# telnet - Connection closed by foreign host

## sumanjay

After following all the directions on the forum -

1) emerging telnet

2) Configuring xinetd to startup

3) Adding telnetd to xinetd

....I still can't telnet into my local system. I'm trying to get a MUD running for a project and am unable to telnet into it. I can't telnet into the local telnet port either. 
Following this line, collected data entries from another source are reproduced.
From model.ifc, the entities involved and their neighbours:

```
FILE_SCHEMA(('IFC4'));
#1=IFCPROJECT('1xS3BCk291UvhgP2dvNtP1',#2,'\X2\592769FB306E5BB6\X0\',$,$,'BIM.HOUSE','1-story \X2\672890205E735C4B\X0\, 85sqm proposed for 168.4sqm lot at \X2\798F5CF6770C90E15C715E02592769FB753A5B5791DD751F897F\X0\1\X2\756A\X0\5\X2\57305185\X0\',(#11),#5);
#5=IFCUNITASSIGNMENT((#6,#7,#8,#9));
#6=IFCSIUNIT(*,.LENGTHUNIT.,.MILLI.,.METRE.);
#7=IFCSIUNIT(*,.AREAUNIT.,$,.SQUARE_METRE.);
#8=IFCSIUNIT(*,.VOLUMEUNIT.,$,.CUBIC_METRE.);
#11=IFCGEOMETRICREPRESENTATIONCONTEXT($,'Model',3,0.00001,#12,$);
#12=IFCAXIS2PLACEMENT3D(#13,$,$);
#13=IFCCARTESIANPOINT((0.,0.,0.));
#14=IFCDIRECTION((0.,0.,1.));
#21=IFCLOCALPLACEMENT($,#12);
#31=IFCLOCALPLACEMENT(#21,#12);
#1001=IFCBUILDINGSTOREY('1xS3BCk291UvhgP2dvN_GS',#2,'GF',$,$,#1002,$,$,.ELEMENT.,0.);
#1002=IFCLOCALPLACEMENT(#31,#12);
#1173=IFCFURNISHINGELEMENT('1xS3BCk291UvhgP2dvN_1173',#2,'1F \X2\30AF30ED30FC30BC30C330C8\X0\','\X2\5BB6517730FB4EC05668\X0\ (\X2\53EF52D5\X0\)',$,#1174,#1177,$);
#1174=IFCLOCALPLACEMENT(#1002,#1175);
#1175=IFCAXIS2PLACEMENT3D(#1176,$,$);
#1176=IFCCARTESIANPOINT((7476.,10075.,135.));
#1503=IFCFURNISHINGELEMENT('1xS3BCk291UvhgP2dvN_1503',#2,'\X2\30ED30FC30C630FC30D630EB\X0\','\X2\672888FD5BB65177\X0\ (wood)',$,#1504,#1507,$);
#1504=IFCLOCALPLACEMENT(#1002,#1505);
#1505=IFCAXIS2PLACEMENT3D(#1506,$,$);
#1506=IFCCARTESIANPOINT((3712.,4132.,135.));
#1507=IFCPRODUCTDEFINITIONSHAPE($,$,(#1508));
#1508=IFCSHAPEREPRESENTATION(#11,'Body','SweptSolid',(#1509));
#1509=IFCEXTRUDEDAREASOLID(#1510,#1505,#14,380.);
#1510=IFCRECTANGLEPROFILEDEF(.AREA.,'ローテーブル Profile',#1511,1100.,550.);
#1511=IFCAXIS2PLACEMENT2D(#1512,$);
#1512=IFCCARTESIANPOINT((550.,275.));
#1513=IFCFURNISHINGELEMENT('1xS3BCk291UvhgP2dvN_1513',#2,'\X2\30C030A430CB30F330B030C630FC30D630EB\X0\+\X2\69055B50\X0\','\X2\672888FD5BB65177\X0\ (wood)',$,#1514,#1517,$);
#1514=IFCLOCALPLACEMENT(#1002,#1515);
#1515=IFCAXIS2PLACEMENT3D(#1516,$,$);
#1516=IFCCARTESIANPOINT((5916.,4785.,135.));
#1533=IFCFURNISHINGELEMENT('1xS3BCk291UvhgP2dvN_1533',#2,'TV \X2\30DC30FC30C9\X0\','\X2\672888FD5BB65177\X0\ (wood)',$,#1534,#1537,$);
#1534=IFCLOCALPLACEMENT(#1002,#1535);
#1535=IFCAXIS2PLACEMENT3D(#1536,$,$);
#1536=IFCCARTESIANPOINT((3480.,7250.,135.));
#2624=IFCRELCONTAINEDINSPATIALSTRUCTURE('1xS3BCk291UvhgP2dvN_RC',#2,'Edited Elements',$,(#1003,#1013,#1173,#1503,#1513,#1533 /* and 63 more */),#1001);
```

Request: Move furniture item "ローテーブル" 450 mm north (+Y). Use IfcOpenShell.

```python
import ifcopenshell
import ifcopenshell.api.geometry
import ifcopenshell.util.placement
import ifcopenshell.util.unit

model = ifcopenshell.open("model.ifc")
unit_scale = ifcopenshell.util.unit.calculate_unit_scale(model)

item = model.by_guid("1xS3BCk291UvhgP2dvN_1503")
matrix = ifcopenshell.util.placement.get_local_placement(item.ObjectPlacement)
matrix[1, 3] += 0.45 / unit_scale
ifcopenshell.api.geometry.edit_object_placement(model, product=item, matrix=matrix, is_si=False)

print(ifcopenshell.util.placement.get_local_placement(item.ObjectPlacement).round(3) + 0.0)

model.write("model_updated.ifc")
```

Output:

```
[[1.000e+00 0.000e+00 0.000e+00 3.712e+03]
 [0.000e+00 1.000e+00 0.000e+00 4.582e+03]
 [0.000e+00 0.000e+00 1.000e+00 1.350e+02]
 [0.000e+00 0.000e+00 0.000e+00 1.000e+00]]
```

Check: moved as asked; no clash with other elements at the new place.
Error messages when telnetting -

bash-2.05b# telnet cicero

Trying 127.0.0.1...

Connected to Cicero.

Escape character is '^]'.

Connection closed by foreign host.

Relevant output (I hope!) from /var/log/messages -

Apr 15 13:59:09 Cicero xinetd[12067]: bind failed (Address already in use (errno = 9 :Cool: ). service = telnet

Apr 15 14:02:33 Cicero xinetd[12150]: FAIL: telnet address from=127.0.0.1

Apr 15 14:02:33 Cicero xinetd[12067]: START: telnet pid=12150 from=127.0.0.1

Apr 15 14:02:45 Cicero xinetd[12158]: FAIL: telnet address from=127.0.0.1

Apr 15 14:02:45 Cicero xinetd[12067]: START: telnet pid=12158 from=127.0.0.1

Apr 15 14:07:26 Cicero xinetd[12067]: Exiting...

----------

## Ravse

Try to stop your telnetd before you load the MUD program. I don't believe you need a telnet server for something like that, but I'm not sure.
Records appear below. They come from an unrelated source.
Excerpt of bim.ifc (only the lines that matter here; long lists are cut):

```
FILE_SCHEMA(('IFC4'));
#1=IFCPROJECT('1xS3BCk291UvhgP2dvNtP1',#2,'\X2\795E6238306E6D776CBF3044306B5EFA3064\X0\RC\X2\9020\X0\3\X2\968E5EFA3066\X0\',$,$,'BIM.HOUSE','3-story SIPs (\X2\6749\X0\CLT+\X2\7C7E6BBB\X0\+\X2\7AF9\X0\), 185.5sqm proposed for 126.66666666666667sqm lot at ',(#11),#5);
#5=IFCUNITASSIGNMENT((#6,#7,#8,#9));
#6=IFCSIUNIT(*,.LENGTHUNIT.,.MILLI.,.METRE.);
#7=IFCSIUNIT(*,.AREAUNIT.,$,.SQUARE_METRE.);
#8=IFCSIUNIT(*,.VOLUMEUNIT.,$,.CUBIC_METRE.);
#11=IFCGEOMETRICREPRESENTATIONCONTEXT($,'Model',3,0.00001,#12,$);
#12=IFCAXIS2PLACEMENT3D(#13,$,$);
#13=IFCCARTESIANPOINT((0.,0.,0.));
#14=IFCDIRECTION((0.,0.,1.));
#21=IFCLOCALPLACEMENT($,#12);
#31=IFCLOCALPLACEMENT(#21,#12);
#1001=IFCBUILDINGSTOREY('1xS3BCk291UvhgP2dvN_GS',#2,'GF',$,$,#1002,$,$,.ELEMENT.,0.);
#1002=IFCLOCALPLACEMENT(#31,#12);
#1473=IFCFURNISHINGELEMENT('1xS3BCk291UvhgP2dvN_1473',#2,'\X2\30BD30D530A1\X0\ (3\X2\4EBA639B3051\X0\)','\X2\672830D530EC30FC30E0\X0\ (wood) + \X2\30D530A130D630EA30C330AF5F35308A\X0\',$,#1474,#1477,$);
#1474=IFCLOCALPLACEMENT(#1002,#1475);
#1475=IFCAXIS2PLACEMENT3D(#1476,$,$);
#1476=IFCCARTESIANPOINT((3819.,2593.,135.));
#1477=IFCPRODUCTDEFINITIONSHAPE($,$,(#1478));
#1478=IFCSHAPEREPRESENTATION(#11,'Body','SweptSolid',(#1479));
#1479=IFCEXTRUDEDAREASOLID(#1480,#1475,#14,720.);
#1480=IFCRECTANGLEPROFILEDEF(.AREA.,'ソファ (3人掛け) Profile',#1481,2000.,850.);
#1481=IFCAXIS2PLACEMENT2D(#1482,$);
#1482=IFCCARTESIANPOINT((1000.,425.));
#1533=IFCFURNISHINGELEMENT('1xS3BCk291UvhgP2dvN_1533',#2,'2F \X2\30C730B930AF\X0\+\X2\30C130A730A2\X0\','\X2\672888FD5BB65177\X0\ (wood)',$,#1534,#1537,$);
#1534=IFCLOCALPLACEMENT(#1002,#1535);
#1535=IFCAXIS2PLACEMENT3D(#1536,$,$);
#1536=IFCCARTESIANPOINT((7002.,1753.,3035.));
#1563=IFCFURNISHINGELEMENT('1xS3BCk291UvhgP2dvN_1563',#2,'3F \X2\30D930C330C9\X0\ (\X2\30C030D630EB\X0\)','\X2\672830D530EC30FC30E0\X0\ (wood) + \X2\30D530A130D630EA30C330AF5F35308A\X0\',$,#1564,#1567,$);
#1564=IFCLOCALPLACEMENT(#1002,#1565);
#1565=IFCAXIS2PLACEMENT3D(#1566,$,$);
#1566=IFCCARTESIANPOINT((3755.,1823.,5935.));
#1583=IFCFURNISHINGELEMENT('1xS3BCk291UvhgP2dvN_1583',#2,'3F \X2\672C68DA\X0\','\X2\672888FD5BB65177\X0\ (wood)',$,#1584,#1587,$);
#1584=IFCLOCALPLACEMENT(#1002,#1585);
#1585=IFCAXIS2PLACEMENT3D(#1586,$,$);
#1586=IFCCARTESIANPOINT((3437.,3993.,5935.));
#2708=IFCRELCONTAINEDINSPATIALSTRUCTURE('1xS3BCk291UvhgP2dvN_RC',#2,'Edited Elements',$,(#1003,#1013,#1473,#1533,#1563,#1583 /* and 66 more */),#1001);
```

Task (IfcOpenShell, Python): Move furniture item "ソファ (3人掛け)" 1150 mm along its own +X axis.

```python
import ifcopenshell
import ifcopenshell.api.geometry
import ifcopenshell.util.placement
import ifcopenshell.util.unit

model = ifcopenshell.open("bim.ifc")
unit_scale = ifcopenshell.util.unit.calculate_unit_scale(model)

item = model.by_guid("1xS3BCk291UvhgP2dvN_1473")
matrix = ifcopenshell.util.placement.get_local_placement(item.ObjectPlacement)
matrix[:3, 3] += matrix[:3, 0] * 1.15 / unit_scale
ifcopenshell.api.geometry.edit_object_placement(model, product=item, matrix=matrix, is_si=False)

print(ifcopenshell.util.placement.get_local_placement(item.ObjectPlacement).round(3) + 0.0)

model.write("bim_updated.ifc")
```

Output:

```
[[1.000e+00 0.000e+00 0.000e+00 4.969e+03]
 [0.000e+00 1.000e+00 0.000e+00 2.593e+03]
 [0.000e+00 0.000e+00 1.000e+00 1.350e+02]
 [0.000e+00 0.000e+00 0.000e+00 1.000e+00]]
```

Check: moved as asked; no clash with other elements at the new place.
Which port is your MUD program listening to? The default TCP/23 telnet port?

----------

## sumanjay

The MUD is running on port 4000. Anyway, even after stopping telnetd, I still can't telnet to the MUD on its port. I used to be able to run the MUD and telnet into it flawlessly on Slackware. With no difficulties at all. I can't understand why it is so  difficult to do something as simple as telnet into my own machine.

----------

## sumanjay

Well, I guess if Gentoo is going to make be sweat just to be able to telnet into my local machine, I really am not cut out to be a Gentoo user. Good luck to all you guys. I'm heading back to Slack. I NEED to get cracking on my project and I can't afford to spend any more time on fixing strange unexplained behaviour.

----------

## Ravse

Hi sumanjay,

If you ever feel like trying Gentoo again, here is how I got my telnetd to work. It took me 10 mins. with the help of these forums.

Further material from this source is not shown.